= Murray Hedgcock =

Australian journalist (1931–2021)

Murray Bertram Hedgcock (23 February 1931 – 6 May 2021) was an Australian cricket writer and journalist. He was born in south Melbourne and grew up in various country towns in Victoria. The test cricketer Bill Woodfull was the headmaster of one of the schools Hedgcock attended. After leaving school, he worked briefly in a bank before becoming a journalist. He worked in newspapers including the Sunraysia Daily (Sunraysia, Victoria) and The News (Adelaide). From 1966 until his retirement in 1991, he was posted to London. He wrote regularly for The Australian, Wisden and The Cricketer.

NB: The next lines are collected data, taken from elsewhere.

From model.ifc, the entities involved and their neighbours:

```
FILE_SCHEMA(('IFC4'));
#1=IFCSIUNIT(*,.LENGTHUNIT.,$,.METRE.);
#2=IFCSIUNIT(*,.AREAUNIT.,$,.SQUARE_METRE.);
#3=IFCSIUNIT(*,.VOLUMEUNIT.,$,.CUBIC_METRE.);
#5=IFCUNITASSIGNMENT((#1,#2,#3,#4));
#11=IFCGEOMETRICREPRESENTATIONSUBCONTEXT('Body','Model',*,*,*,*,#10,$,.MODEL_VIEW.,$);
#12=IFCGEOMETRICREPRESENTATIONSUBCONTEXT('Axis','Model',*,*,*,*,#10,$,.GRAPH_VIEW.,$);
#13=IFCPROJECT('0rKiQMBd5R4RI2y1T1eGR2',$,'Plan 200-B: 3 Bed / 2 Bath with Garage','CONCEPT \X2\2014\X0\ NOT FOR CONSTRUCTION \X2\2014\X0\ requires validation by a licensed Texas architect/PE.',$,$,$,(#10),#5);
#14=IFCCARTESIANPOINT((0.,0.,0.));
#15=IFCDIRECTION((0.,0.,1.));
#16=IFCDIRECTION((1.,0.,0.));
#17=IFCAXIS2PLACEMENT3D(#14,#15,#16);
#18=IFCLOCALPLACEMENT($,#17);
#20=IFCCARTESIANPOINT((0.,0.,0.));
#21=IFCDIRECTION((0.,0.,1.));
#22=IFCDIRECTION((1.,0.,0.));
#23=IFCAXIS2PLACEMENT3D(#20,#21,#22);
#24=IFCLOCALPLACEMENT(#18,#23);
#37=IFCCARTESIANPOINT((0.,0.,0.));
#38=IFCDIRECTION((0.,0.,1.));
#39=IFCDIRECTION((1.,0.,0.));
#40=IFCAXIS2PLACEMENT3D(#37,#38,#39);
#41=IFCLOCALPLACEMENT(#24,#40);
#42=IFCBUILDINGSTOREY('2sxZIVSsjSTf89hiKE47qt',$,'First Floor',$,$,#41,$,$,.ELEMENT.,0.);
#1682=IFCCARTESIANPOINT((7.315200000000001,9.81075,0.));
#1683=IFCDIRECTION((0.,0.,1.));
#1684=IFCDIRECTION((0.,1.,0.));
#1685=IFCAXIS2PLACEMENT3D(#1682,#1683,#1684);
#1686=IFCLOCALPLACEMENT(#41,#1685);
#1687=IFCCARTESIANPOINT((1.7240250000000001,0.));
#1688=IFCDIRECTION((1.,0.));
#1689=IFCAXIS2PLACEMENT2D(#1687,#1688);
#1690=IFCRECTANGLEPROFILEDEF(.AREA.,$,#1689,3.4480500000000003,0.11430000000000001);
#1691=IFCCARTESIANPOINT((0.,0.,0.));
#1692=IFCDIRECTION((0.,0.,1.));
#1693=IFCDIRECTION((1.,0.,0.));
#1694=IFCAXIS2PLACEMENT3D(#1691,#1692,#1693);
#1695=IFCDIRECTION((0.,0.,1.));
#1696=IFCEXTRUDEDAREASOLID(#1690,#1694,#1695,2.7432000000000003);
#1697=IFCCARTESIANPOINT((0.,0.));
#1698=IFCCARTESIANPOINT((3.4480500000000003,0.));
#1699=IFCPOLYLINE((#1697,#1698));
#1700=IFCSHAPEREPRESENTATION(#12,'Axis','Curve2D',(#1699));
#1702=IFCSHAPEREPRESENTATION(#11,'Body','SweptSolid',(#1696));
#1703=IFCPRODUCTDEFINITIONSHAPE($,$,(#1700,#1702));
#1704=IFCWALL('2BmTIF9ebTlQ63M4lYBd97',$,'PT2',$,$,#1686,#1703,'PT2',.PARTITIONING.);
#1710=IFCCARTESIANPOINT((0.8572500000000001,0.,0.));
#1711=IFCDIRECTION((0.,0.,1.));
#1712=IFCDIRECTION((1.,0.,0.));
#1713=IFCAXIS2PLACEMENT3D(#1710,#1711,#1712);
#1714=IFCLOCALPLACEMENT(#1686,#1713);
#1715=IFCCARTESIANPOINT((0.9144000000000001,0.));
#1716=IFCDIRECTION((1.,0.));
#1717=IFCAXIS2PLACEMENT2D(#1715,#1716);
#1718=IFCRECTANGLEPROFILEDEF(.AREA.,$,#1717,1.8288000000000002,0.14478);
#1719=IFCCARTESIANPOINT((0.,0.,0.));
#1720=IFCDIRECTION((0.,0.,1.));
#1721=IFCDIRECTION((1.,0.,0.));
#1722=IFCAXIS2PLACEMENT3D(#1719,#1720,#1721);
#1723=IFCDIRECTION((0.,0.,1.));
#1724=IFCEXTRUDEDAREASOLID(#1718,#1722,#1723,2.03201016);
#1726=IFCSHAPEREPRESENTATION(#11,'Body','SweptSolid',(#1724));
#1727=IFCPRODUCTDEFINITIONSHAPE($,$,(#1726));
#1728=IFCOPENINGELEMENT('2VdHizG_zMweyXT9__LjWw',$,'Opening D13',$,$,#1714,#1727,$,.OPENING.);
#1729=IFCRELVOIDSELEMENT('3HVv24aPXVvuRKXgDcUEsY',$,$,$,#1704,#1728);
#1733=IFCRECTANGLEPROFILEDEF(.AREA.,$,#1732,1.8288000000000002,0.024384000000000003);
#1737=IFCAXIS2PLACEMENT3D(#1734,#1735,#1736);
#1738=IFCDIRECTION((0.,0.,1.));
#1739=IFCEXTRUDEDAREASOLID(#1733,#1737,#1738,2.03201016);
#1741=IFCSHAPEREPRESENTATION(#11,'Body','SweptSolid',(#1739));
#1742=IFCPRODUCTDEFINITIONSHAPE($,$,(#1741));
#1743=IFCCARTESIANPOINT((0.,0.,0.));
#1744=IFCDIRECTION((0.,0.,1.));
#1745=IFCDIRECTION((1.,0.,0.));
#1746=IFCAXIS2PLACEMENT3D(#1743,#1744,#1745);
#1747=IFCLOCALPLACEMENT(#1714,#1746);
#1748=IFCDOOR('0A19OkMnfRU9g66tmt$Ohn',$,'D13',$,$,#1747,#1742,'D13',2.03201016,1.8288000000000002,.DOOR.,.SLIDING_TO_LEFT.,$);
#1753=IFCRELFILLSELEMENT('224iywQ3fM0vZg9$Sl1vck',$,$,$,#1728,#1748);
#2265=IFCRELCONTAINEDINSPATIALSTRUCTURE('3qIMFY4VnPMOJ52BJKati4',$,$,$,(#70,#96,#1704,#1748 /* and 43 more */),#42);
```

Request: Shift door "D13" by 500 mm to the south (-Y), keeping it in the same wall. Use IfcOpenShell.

```python
import ifcopenshell
import ifcopenshell.api.geometry
import ifcopenshell.util.placement
import ifcopenshell.util.unit

model = ifcopenshell.open("model.ifc")
unit_scale = ifcopenshell.util.unit.calculate_unit_scale(model)

door = model.by_id(1748)
opening = door.FillsVoids[0].RelatingOpeningElement
wall = opening.VoidsElements[0].RelatingBuildingElement

wall_matrix = ifcopenshell.util.placement.get_local_placement(wall.ObjectPlacement)
shift = wall_matrix[:3, 0] * -0.5 / unit_scale
before = ifcopenshell.util.placement.get_local_placement(door.ObjectPlacement)[:3, 3].copy()

# The door is placed relative to its opening, so it follows when the opening moves.
matrix = ifcopenshell.util.placement.get_local_placement(opening.ObjectPlacement)
matrix[:3, 3] += shift
ifcopenshell.api.geometry.edit_object_placement(
    model, product=opening, matrix=matrix, is_si=False, should_transform_children=True
)

after = ifcopenshell.util.placement.get_local_placement(door.ObjectPlacement)[:3, 3]
print("door moved by", (after - before).round(3) + 0.0)

model.write("model_edited.ifc")
```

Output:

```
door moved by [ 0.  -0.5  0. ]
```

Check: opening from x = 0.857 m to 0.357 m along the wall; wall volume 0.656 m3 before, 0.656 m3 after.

He edited a collection of PG Wodehouse's cricket writing under the title Wodehouse at the Wicket (1997). His other works included Sport in Twickenham: 91, Borough of Twickenham Local History Society (2012) and two Barnes and Mortlake History Society publications: Hand in hand – Watney's Mortlake world: a brief history of Watney's Brewery gleaned from the company magazine (2007) and Mortlake’s College of 'All Soles (2020).

Patrick Kidd wrote in The Times that: "Lord’s will be a slightly less lovely place this summer after the sudden death on Thursday of the journalist and cricket-lover Murray Hedgcock."

==Personal life==
Hedgcock, who held both Australian and British nationalities, lived in Mortlake, south-west London and edited the Barnes and Mortlake History Society's newsletter for almost 20 years. He was married to Margrit Rohner and they had four children together.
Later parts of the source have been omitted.